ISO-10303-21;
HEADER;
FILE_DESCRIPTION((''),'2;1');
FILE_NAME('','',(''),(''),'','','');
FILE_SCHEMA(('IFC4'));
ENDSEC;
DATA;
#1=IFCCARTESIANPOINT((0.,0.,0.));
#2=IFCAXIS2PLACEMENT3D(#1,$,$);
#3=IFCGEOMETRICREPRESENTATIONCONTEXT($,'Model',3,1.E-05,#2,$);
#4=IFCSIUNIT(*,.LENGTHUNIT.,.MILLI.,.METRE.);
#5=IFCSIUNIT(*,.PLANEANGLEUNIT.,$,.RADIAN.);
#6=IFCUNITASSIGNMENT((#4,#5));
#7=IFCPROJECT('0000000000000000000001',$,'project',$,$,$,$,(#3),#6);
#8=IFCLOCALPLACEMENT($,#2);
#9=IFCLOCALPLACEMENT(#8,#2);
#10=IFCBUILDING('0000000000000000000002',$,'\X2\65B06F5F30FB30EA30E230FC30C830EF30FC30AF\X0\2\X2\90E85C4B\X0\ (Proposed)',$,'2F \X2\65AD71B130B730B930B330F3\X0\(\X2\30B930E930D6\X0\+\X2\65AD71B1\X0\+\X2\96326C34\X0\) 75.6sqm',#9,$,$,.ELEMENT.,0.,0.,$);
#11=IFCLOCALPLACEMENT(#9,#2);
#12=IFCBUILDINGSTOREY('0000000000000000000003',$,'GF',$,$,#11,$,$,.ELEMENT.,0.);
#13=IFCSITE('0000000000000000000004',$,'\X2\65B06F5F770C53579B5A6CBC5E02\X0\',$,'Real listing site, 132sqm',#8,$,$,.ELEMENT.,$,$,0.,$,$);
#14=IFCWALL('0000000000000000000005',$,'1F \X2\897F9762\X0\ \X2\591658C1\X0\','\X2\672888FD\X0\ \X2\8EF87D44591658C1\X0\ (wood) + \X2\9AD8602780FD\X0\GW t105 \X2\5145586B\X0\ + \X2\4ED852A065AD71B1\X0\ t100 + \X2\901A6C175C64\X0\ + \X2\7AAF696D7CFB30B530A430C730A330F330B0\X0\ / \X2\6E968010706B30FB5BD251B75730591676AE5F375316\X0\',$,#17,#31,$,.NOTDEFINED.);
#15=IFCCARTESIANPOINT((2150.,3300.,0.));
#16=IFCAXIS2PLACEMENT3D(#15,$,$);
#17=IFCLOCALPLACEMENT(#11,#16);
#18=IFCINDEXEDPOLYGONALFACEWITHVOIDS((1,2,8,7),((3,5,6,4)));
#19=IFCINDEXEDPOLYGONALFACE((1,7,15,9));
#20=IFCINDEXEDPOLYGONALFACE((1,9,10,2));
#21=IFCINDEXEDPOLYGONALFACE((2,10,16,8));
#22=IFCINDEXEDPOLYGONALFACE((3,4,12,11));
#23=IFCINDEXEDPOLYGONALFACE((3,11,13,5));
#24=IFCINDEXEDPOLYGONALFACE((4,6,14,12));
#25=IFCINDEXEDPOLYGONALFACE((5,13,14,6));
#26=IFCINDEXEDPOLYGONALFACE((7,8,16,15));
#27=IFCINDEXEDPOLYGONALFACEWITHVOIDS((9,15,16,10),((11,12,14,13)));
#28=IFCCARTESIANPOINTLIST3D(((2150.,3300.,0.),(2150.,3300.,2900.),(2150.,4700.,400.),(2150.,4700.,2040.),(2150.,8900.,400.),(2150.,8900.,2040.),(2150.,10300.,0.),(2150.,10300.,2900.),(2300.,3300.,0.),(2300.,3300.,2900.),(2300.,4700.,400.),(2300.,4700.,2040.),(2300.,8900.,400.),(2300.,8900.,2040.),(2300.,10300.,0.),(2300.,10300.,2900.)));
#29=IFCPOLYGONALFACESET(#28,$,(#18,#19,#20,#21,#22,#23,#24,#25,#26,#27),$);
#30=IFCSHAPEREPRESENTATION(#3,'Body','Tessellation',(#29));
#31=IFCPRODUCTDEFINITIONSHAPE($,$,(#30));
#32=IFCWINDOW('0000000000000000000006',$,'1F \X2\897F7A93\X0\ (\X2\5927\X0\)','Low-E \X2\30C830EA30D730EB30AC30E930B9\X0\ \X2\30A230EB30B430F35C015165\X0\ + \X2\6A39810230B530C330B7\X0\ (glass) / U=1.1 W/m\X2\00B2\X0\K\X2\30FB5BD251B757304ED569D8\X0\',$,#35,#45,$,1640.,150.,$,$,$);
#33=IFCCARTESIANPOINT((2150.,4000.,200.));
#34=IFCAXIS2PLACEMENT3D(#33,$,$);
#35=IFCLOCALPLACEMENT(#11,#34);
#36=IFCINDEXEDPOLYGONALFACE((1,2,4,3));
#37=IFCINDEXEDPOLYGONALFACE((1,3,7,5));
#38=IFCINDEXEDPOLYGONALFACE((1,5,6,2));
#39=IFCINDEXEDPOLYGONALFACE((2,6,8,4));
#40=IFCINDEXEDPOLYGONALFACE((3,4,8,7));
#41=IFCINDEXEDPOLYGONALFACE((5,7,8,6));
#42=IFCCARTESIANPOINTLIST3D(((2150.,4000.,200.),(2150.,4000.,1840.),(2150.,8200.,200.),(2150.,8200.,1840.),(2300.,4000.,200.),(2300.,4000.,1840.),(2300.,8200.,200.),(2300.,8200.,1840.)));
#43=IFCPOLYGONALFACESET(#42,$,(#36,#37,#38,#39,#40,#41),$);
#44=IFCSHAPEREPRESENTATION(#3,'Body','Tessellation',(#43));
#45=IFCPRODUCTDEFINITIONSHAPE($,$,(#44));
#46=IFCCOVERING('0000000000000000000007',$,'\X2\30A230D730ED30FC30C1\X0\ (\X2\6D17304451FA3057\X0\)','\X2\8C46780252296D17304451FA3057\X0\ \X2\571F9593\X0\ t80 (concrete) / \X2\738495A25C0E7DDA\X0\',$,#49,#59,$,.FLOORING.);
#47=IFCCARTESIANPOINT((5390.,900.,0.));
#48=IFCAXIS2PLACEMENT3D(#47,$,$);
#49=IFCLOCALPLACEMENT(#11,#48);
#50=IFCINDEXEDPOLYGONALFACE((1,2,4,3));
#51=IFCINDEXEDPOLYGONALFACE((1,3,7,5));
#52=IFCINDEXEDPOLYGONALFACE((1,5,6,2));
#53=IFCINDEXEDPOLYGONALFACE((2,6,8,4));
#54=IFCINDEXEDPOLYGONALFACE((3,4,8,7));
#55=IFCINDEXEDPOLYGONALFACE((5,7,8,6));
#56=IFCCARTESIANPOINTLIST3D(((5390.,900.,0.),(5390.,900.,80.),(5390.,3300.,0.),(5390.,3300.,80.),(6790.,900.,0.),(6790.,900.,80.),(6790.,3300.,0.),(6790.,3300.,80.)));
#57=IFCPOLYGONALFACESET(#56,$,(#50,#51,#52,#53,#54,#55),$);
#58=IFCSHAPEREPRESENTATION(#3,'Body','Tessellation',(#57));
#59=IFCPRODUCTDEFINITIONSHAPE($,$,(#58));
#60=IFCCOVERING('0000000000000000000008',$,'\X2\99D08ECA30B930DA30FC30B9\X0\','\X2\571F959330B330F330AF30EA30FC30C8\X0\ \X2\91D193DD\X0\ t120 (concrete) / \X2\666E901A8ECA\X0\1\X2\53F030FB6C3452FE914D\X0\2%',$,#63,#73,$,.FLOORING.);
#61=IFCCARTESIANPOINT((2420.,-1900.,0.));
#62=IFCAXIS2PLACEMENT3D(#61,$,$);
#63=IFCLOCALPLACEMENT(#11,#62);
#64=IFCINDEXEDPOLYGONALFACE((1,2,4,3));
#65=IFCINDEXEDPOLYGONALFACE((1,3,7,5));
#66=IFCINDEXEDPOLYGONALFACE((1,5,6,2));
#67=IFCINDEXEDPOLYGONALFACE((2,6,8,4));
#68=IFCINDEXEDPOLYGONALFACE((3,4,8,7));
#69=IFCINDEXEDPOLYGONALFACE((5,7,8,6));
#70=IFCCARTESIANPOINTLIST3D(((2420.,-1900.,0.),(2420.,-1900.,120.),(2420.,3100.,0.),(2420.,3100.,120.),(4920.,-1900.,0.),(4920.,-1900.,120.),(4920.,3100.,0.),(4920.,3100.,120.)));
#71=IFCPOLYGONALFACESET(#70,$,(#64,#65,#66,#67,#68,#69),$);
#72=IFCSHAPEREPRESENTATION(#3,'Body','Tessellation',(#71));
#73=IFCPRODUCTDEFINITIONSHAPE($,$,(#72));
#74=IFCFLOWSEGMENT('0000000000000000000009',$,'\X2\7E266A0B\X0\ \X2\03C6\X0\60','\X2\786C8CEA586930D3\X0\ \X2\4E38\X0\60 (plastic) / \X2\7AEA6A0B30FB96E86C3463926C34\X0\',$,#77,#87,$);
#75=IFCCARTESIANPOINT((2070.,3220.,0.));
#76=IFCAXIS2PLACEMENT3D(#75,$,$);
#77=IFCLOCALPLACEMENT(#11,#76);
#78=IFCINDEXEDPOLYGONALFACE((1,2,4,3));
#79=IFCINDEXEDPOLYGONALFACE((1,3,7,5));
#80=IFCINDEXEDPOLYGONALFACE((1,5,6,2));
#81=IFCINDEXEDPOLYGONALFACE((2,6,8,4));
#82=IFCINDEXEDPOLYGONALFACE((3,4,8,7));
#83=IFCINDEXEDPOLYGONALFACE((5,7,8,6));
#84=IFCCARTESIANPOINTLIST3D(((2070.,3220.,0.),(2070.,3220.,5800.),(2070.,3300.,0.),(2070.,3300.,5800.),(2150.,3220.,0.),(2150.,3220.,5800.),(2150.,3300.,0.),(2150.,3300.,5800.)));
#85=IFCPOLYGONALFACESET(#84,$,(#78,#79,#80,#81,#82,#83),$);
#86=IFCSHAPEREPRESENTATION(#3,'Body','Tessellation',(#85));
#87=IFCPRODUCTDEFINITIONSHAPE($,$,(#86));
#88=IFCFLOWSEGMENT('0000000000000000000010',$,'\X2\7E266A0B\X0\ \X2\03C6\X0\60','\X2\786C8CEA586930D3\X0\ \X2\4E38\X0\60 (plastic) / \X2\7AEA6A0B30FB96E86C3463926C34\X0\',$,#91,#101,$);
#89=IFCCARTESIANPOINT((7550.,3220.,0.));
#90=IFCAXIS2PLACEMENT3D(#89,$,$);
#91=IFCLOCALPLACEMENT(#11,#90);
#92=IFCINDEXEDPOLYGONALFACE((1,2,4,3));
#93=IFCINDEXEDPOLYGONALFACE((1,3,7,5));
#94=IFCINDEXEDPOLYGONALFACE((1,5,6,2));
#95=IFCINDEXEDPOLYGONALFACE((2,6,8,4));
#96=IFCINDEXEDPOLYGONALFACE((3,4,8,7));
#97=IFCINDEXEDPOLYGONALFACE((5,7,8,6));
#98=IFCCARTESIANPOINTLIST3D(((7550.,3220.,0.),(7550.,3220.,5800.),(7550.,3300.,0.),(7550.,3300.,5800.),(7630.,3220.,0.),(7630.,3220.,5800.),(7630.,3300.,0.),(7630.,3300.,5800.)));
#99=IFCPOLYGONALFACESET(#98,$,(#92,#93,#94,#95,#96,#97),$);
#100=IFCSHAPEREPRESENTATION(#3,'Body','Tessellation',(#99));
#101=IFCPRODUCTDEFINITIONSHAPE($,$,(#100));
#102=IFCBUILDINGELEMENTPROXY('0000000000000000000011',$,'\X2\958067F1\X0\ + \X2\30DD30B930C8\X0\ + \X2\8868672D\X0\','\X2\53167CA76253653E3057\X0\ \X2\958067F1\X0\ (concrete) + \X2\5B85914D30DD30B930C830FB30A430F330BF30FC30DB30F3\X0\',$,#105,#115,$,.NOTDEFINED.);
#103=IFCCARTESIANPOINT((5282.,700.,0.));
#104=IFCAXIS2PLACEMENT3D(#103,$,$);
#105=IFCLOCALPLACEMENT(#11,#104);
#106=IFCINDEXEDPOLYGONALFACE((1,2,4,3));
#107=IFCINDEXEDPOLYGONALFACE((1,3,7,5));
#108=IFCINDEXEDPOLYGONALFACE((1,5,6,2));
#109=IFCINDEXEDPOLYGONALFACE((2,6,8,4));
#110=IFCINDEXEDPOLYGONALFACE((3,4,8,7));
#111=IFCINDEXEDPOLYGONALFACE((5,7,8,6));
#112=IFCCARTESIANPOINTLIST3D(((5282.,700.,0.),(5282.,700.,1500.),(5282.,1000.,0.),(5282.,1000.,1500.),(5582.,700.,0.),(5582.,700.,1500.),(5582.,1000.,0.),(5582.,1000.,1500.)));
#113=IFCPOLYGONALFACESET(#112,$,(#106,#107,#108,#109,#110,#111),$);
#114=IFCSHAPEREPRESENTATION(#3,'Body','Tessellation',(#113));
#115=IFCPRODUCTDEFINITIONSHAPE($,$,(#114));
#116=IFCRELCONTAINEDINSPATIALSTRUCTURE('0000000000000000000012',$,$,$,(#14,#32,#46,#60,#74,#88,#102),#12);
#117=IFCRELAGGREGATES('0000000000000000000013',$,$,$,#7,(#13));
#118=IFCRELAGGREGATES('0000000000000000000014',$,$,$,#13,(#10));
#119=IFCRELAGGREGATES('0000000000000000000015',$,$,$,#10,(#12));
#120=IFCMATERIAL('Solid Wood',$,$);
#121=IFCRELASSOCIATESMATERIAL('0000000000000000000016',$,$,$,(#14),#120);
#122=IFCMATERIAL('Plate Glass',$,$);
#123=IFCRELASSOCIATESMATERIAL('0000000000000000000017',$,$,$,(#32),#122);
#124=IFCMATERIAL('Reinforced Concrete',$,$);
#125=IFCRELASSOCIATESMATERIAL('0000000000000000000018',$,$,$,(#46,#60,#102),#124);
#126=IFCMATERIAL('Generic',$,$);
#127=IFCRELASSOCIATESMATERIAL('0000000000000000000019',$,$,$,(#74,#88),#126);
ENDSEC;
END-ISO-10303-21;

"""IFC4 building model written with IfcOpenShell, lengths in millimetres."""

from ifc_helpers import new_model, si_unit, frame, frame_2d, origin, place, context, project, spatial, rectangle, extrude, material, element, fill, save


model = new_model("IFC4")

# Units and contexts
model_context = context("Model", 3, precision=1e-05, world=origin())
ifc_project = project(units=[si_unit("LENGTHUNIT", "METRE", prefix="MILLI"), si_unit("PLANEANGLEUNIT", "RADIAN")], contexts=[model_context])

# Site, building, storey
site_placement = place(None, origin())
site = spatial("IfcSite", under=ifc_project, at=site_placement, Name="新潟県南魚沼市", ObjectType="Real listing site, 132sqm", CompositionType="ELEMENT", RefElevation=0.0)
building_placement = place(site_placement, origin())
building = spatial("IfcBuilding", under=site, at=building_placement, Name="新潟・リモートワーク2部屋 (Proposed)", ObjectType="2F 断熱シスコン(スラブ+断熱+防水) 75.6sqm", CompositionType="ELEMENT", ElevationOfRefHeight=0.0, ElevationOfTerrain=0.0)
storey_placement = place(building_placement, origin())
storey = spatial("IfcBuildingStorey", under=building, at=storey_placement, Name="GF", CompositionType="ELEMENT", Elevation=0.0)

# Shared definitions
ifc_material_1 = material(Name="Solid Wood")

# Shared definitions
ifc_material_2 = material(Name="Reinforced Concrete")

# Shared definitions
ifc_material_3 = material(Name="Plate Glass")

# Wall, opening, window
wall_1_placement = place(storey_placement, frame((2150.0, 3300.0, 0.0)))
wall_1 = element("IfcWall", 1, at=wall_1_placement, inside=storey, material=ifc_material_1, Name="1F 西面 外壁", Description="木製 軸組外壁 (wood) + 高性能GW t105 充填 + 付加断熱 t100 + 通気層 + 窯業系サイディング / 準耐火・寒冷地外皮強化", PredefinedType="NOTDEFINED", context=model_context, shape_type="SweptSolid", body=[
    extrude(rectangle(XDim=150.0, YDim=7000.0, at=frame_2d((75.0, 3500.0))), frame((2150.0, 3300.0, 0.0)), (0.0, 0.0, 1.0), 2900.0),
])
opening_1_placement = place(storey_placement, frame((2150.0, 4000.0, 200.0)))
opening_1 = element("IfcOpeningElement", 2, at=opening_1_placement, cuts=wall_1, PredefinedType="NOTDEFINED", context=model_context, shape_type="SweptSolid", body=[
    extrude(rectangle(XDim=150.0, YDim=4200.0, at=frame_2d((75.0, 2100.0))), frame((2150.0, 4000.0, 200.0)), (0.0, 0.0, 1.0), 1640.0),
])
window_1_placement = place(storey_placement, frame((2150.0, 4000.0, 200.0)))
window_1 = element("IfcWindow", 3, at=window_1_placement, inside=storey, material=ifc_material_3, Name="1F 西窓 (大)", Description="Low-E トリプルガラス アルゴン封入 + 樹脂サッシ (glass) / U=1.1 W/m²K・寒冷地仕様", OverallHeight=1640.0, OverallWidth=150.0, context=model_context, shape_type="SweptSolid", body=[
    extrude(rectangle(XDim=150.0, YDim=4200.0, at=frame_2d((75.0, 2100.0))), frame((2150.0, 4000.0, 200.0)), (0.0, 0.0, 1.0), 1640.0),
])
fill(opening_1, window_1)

__________

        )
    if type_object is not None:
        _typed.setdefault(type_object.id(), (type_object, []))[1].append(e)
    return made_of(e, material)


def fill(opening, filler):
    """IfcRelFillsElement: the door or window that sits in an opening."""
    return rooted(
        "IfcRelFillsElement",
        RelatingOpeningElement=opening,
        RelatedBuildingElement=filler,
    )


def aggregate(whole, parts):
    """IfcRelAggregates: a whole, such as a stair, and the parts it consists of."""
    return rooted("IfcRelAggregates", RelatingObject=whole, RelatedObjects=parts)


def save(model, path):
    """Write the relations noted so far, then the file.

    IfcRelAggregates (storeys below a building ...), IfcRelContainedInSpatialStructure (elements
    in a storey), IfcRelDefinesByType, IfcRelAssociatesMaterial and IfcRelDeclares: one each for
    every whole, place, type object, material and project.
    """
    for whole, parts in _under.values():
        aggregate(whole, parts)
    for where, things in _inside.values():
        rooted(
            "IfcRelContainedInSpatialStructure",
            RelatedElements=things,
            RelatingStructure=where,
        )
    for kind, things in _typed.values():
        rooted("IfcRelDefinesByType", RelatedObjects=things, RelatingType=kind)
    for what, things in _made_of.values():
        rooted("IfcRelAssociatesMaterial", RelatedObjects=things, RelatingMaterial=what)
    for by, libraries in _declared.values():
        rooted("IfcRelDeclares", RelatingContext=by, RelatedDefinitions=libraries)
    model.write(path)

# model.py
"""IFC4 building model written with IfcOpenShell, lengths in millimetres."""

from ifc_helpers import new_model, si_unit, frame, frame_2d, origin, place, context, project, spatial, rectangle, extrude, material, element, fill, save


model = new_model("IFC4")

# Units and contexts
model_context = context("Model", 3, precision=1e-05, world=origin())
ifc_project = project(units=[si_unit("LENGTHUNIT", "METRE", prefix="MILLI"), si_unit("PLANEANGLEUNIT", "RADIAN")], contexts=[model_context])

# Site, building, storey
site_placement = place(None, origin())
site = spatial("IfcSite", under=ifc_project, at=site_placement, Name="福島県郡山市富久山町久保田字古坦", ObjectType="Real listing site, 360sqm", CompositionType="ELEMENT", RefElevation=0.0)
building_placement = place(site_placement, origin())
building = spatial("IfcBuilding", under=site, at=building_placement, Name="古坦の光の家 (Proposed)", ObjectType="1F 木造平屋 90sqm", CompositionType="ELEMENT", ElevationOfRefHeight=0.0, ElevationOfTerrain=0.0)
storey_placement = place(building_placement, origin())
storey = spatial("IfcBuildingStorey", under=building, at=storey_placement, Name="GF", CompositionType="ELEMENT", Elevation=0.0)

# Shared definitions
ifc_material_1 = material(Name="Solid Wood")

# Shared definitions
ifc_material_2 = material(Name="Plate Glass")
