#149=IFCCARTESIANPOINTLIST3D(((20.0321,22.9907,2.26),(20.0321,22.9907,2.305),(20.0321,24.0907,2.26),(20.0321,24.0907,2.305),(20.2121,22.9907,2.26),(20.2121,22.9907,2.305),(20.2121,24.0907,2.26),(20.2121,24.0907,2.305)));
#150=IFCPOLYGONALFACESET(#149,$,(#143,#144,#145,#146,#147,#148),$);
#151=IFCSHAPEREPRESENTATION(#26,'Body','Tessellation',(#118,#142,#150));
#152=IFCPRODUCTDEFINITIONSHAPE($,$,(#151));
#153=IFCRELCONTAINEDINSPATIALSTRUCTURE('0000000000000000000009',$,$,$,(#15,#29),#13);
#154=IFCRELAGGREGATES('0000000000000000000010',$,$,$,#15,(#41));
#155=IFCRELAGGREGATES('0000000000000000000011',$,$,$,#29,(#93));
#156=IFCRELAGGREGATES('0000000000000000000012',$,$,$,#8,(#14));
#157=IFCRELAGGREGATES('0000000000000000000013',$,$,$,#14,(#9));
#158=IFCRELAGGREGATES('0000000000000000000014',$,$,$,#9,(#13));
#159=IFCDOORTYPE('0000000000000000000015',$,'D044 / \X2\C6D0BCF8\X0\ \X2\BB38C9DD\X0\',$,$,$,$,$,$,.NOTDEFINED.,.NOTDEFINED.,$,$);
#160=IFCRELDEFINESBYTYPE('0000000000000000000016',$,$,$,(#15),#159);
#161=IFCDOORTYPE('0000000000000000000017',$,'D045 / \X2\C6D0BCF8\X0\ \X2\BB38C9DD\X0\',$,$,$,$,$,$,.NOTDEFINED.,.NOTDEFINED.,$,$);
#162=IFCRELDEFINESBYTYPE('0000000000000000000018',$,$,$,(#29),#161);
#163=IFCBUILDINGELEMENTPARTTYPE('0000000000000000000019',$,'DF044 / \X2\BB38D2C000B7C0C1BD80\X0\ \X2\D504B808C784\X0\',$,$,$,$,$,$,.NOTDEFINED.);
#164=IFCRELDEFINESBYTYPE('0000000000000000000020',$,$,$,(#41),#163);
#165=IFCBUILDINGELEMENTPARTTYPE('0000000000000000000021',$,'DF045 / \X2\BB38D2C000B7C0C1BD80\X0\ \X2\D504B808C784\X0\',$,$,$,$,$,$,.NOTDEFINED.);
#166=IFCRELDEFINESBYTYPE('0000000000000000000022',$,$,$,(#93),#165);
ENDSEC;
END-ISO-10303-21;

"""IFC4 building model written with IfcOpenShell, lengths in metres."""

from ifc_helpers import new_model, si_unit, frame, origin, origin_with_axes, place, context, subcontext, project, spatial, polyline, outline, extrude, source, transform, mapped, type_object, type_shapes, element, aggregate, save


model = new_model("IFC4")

__________

Your task: From the records above, extract exactly and only the lines that begin at the line with "#82=IFCINDEXEDPOLYGONALFACE((3,4,8,7));" and stop after the line with "#85=IFCPOLYGONALFACESET(#84,$,(#78,#79,#80,#81,#82,#83),$);".

Result of the exercise:
#82=IFCINDEXEDPOLYGONALFACE((3,4,8,7));
#83=IFCINDEXEDPOLYGONALFACE((5,7,8,6));
#84=IFCCARTESIANPOINTLIST3D(((2070.,3220.,0.),(2070.,3220.,5800.),(2070.,3300.,0.),(2070.,3300.,5800.),(2150.,3220.,0.),(2150.,3220.,5800.),(2150.,3300.,0.),(2150.,3300.,5800.)));
#85=IFCPOLYGONALFACESET(#84,$,(#78,#79,#80,#81,#82,#83),$);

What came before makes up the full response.